George, thank you for the link and info. I have always been told it was treatable. I think we caught this little guy at just the right time.


----------



## george simon (Feb 28, 2006)

MAGGIE, Just went back to check the picture that you posted as near as I can tell it looks like a hen and there for does not have much in the way of the red that the males have GEORGE


----------



## TerriB (Nov 16, 2003)

Wow, it's hard to imagine trying to treat such a tiny bird!!! I know she is in excellent hands. Two thumbs up for noticing and picking her up!


----------



## Maggie-NC (Jun 22, 2005)

This little fellow is such a sweetheart. Course, I'm partial to finches (seems like I say that about all varieties  ). Wanted to post this picture of her because it shows what a little fighter she is. We opened the cage this morning to change her paper/seed/water and out she flew - onto the sink, stove, hood vent, floor, just everwhere until I caught her. We put a perch in the box for her and in no time she had found it and this picture shows her sitting on it.

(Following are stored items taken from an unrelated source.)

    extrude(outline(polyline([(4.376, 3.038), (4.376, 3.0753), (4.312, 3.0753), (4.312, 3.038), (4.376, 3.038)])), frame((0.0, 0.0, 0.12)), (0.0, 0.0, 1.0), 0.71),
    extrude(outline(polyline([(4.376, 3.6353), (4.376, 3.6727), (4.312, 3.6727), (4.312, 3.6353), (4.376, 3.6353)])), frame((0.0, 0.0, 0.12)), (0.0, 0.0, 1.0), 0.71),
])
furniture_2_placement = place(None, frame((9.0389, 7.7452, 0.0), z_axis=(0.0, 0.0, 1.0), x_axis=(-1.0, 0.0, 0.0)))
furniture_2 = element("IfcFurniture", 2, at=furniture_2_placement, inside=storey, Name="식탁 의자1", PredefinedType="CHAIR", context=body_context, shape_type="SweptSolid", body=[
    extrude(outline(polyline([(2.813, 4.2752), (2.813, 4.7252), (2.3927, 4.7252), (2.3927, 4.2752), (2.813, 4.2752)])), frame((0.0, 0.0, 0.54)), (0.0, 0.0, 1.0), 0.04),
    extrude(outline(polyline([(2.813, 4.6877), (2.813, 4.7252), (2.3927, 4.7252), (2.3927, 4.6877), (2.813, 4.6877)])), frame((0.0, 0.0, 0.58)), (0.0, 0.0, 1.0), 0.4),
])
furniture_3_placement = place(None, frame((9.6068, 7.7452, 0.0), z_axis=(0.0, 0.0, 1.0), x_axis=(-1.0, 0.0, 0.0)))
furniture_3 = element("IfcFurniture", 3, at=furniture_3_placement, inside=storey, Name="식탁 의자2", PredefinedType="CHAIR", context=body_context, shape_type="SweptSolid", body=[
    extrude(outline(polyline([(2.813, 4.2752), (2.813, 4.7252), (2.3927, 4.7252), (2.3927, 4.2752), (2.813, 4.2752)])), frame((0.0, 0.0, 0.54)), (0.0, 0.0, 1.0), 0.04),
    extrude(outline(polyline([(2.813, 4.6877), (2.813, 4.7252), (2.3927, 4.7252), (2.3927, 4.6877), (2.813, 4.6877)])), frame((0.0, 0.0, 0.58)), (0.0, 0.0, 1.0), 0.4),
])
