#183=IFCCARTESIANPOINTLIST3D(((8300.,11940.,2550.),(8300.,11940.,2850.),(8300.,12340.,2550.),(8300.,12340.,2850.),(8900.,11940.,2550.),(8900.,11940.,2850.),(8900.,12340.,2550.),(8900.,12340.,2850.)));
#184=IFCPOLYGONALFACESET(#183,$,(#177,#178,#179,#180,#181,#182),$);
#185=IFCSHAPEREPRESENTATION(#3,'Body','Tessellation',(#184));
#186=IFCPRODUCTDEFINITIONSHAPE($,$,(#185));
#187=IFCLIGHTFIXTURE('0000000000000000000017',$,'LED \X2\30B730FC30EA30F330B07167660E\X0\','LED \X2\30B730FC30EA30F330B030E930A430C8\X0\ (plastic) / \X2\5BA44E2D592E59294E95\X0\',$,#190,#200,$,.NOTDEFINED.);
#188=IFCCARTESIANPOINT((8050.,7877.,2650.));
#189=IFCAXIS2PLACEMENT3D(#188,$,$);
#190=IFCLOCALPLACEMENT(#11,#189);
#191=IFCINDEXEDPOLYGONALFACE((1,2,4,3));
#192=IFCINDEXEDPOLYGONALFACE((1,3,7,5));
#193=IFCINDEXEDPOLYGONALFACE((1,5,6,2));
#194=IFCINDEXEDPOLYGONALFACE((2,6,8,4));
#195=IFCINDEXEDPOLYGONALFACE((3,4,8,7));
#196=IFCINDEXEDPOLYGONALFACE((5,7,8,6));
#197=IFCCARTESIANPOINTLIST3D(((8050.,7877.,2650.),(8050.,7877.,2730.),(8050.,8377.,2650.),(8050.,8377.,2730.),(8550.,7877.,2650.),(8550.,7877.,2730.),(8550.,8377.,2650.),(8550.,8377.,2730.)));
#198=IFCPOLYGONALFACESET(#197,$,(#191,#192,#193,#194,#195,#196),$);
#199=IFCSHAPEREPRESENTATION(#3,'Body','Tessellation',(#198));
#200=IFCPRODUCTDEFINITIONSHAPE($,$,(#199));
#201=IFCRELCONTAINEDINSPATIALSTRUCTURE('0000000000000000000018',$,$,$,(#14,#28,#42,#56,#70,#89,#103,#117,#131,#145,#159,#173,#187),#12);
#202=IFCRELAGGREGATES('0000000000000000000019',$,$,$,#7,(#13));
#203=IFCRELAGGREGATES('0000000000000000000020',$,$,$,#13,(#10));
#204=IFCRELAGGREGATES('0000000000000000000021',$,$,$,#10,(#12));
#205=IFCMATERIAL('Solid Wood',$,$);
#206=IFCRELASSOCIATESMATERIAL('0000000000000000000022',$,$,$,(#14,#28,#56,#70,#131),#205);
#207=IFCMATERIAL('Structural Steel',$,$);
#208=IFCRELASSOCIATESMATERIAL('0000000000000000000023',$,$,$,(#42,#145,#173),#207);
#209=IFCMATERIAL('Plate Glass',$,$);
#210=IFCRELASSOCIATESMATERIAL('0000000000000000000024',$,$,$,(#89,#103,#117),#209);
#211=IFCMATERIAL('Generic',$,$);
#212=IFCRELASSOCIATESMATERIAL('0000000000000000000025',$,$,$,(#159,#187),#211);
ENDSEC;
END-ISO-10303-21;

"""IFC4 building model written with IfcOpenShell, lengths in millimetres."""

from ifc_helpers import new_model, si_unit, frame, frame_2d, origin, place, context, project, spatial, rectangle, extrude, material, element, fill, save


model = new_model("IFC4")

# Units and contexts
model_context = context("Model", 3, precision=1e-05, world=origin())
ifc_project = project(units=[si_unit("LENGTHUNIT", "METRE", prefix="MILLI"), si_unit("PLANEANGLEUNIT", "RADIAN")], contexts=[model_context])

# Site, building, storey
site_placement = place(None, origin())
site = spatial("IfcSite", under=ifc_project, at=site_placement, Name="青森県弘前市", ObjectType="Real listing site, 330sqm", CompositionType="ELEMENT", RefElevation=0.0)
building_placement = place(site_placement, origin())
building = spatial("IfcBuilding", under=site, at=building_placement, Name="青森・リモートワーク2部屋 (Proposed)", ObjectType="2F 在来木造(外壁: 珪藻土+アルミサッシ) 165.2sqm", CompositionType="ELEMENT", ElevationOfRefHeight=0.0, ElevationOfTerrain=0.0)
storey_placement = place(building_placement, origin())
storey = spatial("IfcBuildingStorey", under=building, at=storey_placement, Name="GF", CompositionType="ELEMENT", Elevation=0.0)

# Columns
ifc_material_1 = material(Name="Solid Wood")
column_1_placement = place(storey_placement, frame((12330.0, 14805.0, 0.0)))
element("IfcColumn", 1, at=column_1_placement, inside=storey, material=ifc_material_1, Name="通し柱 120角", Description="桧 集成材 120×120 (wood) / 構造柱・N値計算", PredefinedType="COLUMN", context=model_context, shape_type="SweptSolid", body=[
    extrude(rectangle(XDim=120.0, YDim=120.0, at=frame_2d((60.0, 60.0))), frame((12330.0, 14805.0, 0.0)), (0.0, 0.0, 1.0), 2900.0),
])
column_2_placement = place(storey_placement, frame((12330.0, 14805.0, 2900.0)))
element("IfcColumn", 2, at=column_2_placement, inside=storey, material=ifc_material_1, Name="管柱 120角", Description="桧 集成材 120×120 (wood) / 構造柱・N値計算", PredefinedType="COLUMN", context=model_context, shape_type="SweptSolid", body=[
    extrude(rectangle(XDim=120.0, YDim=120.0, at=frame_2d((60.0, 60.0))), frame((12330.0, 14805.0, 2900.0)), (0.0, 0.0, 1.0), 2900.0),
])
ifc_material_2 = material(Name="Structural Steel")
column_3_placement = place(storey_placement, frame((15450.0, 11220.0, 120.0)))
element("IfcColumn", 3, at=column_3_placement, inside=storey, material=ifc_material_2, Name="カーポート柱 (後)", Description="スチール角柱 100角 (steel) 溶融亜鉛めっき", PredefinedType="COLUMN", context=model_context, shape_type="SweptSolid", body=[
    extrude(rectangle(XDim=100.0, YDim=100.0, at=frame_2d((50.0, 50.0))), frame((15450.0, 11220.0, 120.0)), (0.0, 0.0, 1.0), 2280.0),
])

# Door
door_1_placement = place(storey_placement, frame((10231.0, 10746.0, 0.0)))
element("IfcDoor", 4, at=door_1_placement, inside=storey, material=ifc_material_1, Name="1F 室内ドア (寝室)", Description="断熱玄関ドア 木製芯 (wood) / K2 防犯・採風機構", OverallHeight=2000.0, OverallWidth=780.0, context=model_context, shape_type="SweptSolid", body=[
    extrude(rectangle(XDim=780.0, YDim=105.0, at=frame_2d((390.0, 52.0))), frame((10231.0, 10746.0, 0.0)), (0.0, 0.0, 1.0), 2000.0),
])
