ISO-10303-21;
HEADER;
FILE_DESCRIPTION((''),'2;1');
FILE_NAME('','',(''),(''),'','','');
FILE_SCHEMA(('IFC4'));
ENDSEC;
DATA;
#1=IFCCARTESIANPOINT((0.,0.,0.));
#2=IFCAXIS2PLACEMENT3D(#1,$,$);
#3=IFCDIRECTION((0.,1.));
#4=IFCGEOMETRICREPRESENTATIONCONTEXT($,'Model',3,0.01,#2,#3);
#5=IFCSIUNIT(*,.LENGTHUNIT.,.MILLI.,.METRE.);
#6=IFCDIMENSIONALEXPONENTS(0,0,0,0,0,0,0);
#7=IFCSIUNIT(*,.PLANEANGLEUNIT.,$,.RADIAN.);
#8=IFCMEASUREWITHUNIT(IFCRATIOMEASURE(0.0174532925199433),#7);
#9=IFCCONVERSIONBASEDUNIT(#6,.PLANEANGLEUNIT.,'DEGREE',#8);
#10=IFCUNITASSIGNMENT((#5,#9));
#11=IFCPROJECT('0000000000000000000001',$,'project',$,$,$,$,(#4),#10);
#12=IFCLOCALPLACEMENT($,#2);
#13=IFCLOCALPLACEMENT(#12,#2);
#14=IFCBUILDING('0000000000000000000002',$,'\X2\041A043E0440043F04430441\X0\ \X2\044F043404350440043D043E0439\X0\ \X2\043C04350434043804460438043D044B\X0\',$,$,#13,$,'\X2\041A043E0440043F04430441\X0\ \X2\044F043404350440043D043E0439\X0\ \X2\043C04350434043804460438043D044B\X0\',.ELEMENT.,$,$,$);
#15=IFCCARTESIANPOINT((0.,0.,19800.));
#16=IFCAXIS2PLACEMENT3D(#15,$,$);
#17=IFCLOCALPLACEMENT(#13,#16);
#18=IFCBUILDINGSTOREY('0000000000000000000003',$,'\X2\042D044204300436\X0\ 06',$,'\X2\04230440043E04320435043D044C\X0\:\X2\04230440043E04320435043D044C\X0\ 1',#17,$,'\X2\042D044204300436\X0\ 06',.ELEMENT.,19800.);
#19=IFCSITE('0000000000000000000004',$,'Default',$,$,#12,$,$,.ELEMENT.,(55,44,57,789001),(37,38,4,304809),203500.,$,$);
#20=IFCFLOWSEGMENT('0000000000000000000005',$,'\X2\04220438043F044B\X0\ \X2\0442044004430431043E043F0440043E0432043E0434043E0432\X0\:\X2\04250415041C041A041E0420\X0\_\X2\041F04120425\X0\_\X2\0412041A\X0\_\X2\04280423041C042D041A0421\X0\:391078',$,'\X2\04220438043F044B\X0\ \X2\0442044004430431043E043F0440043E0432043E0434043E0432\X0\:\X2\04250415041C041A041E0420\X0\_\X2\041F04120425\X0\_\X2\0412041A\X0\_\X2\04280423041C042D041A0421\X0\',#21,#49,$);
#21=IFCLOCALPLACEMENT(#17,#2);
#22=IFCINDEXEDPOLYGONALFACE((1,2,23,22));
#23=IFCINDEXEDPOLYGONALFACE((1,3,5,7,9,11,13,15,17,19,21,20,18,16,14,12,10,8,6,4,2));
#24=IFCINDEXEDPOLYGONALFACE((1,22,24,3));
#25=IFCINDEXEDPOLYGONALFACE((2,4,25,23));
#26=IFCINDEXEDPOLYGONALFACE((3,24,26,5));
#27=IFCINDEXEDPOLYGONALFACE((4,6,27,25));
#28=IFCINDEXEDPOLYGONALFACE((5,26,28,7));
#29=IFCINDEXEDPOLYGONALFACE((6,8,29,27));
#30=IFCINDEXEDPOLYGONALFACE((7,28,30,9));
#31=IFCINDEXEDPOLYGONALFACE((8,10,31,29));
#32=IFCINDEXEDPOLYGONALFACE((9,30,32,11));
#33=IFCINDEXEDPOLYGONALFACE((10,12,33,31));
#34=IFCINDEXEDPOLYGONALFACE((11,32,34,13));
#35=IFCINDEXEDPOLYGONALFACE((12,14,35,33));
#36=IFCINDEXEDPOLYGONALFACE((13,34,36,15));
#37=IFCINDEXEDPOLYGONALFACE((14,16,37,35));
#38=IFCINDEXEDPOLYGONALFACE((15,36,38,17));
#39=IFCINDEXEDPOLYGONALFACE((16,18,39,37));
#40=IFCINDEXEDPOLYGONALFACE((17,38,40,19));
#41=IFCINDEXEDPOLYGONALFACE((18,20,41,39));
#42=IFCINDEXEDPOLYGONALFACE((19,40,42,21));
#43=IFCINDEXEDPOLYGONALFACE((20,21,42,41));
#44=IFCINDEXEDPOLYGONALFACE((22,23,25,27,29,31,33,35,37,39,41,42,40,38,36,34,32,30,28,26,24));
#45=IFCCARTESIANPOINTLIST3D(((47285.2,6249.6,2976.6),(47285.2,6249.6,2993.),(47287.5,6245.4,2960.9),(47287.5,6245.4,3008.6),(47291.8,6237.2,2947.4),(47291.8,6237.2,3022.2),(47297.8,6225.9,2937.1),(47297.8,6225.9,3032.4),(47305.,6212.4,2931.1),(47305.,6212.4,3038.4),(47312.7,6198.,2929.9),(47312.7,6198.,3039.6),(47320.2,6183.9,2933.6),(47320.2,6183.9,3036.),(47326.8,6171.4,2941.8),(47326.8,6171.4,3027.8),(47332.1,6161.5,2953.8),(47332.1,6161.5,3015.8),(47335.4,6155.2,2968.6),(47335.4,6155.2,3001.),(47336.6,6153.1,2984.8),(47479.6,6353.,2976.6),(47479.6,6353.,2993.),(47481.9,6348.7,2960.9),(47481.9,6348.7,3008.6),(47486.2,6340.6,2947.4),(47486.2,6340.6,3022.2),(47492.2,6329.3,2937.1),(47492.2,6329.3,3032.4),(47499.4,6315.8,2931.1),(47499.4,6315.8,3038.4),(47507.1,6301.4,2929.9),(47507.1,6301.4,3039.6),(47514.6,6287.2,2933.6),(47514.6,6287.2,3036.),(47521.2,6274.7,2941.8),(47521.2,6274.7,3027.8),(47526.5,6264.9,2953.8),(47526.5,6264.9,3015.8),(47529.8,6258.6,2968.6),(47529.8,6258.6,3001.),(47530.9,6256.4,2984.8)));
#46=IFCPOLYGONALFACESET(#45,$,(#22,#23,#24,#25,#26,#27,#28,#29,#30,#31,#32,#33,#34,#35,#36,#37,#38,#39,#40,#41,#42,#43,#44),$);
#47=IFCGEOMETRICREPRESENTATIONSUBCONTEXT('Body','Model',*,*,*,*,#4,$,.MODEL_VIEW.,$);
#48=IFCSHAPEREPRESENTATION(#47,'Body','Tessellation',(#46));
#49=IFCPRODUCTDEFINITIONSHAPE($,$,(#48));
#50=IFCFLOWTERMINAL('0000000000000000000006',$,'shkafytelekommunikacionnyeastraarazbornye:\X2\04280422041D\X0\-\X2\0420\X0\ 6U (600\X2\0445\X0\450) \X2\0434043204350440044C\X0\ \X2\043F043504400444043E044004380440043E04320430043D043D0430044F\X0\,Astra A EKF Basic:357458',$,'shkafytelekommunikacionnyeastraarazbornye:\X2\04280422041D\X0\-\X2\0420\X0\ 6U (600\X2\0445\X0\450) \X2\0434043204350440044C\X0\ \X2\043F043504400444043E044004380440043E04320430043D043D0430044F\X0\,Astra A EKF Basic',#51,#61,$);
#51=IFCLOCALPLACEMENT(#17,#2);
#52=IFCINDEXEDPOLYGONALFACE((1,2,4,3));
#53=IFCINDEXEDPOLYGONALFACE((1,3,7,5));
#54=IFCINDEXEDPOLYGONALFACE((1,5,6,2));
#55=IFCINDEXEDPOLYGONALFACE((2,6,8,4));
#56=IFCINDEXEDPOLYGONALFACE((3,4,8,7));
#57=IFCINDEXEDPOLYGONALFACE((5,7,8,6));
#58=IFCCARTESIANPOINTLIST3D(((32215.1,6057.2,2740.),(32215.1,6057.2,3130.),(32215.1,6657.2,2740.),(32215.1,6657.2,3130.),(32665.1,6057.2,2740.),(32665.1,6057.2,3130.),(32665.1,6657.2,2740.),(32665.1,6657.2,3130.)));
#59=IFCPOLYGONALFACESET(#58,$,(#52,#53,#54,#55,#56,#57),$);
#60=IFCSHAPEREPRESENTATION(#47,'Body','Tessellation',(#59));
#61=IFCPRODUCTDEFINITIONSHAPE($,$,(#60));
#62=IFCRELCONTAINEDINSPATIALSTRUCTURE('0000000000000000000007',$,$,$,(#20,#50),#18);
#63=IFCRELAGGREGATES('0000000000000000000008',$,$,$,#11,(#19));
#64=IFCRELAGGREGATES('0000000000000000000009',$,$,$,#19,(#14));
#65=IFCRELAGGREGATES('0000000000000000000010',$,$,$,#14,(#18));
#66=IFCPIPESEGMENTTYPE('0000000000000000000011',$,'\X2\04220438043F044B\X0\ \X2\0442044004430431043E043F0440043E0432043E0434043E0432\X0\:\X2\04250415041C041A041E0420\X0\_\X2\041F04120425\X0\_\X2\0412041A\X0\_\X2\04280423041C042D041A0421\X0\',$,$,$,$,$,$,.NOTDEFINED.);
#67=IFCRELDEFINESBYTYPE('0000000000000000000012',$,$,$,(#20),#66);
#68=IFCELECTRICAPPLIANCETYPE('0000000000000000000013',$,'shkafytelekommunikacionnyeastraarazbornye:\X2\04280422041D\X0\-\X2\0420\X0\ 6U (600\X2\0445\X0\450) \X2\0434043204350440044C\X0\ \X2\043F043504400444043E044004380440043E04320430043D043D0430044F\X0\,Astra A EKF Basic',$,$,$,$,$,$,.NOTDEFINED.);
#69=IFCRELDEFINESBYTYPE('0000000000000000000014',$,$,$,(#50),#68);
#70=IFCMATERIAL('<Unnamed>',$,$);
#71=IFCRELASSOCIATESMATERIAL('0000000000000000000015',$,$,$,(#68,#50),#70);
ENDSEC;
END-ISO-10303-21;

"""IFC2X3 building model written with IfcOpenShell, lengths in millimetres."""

from ifc_helpers import new_model, entity, si_unit, converted_unit, direction, frame, origin, origin_2d_with_axis, place, context, subcontext, project, spatial, rectangle, circle, extrude, source, transform, mapped, material, type_object, type_shapes, element, save


model = new_model("IFC2X3")

# Units and contexts
model_context = context("Model", 3, precision=0.01, world=origin(), true_north=direction((0.0, 1.0)))
body_context = subcontext(model_context, "Body", "Model", "MODEL_VIEW")
ifc_project = project(units=[si_unit("LENGTHUNIT", "METRE", prefix="MILLI"), converted_unit("PLANEANGLEUNIT", "DEGREE", entity("IfcRatioMeasure", 0.0174532925199433), si_unit("PLANEANGLEUNIT", "RADIAN"), dimensions=[0, 0, 0, 0, 0, 0, 0])], contexts=[model_context])

# Site, building, storey
site_placement = place(None, origin())
site = spatial("IfcSite", under=ifc_project, at=site_placement, Name="Default", CompositionType="ELEMENT", RefLatitude=(55, 44, 57, 789001), RefLongitude=(37, 38, 4, 304809), RefElevation=203500.0)
building_placement = place(site_placement, origin())
building = spatial("IfcBuilding", under=site, at=building_placement, Name="Корпус ядерной медицины", LongName="Корпус ядерной медицины", CompositionType="ELEMENT")
storey_placement = place(building_placement, frame((0.0, 0.0, 19800.0)))
storey = spatial("IfcBuildingStorey", under=building, at=storey_placement, Name="Этаж 06", ObjectType="Уровень:Уровень 1", LongName="Этаж 06", CompositionType="ELEMENT", Elevation=19800.0)

# Flow segment
pipe_segment_type = type_object("IfcPipeSegmentType", Name="Типы трубопроводов:ХЕМКОР_ПВХ_ВК_ШУМЭКС", PredefinedType="NOTDEFINED")
flow_segment_1_placement = place(storey_placement, frame((47283.3, 6151.5, 2928.2)))
element("IfcFlowSegment", 1, at=flow_segment_1_placement, inside=storey, type_object=pipe_segment_type, Name="Типы трубопроводов:ХЕМКОР_ПВХ_ВК_ШУМЭКС:391078", ObjectType="Типы трубопроводов:ХЕМКОР_ПВХ_ВК_ШУМЭКС", context=body_context, shape_type="SweptSolid", body=[
    extrude(circle(Radius=55.0, at=origin_2d_with_axis()), frame((27.4, 50.2, 56.6), z_axis=(0.882948, 0.469472, 0.0), x_axis=(0.469472, -0.882948, 0.0)), (0.0, 0.0, 1.0), 220.1),
])

# Flow terminal
ifc_material = material(Name="<Unnamed>")
electric_appliance_type = type_object("IfcElectricApplianceType", Name="shkafytelekommunikacionnyeastraarazbornye:ШТН-Р 6U (600х450) дверь перфорированная,Astra A EKF Basic", PredefinedType="TELEPHONE", material=ifc_material)
shared_shape = source(origin(), body_context, "Body", "SweptSolid", [
    extrude(rectangle(XDim=600.0, YDim=450.0, at=origin_2d_with_axis()), frame((0.0, 0.0, 0.0), z_axis=(0.0, 0.0, 1.0), x_axis=(-1.0, 0.0, 0.0)), (0.0, 0.0, 1.0), 390.0),
])
type_shapes(electric_appliance_type, [shared_shape])
flow_terminal_placement = place(storey_placement, frame((32440.1, 6357.2, 2740.0), z_axis=(0.0, 0.0, 1.0), x_axis=(0.0, 1.0, 0.0)))
element("IfcFlowTerminal", 2, at=flow_terminal_placement, inside=storey, type_object=electric_appliance_type, material=ifc_material, Name="shkafytelekommunikacionnyeastraarazbornye:ШТН-Р 6U (600х450) дверь перфорированная,Astra A EKF Basic:357458", ObjectType="shkafytelekommunikacionnyeastraarazbornye:ШТН-Р 6U (600х450) дверь перфорированная,Astra A EKF Basic", context=body_context, shape_type="MappedRepresentation", body=[
    mapped(shared_shape, transform((0.0, 0.0, 0.0), scale=1.0)),
])

save(model, "model.ifc")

I don't know how she does it but even tho one eye is still closed and when we put the salve in both of them she can't see at all, she still manages to eat and drink and even found the perch.

We've run into a problem getting the right meds - the vet is ordering the Mylosin and it should be in today so we'll get her started on that.


----------



## naturegirl (Nov 7, 2005)

I thought when they reached the stage of blindness that their eye sight doesn't come back or am I wrong? I know here in Michigan I was told from other rehabbers that they won't treat birds for that here as they say the meds are so expensive. Poor Baby feel bad for the little guy. 

Cindy


----------



## TAWhatley (Mar 6, 2001)

That's one amazing little finch, Maggie. I'm glad it's so spunky. 

Terry


----------



## Maggie-NC (Jun 22, 2005)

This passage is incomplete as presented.